◆ Problem requirements: What lines in the listing below hold the string "libraries"? Please copy them out.

***

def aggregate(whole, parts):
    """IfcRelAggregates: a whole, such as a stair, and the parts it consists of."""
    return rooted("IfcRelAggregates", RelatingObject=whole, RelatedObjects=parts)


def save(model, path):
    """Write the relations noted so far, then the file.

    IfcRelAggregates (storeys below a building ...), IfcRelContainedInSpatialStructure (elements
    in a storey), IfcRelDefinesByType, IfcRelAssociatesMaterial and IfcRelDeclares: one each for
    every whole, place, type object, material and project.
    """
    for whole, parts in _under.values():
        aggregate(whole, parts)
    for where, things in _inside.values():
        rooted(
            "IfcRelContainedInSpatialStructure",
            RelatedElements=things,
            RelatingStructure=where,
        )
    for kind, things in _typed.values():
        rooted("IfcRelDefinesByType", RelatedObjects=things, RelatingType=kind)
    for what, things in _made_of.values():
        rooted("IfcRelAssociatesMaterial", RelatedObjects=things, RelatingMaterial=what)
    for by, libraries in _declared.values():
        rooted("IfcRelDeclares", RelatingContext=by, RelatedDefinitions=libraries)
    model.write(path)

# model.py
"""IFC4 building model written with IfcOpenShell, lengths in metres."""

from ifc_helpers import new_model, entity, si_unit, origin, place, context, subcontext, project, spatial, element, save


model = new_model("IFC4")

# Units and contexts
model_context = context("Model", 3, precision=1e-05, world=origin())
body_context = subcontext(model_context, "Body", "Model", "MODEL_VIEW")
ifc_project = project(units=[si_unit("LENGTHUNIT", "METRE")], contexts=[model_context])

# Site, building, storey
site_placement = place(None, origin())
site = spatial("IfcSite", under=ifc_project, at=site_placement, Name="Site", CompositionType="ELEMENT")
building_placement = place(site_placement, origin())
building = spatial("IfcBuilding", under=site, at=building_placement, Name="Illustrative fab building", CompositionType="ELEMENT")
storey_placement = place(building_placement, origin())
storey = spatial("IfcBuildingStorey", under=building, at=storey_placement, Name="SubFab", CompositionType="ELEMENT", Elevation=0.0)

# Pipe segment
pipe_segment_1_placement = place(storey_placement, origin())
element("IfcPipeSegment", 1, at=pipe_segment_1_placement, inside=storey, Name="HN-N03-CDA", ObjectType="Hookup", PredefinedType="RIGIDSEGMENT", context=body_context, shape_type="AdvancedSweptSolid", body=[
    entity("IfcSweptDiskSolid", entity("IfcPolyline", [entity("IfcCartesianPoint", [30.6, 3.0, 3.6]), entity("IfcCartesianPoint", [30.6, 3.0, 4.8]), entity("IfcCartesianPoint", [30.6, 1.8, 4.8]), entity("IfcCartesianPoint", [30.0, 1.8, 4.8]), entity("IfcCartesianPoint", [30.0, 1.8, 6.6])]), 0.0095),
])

***

◆ Solution to this exercise:
    for by, libraries in _declared.values():
        rooted("IfcRelDeclares", RelatingContext=by, RelatedDefinitions=libraries)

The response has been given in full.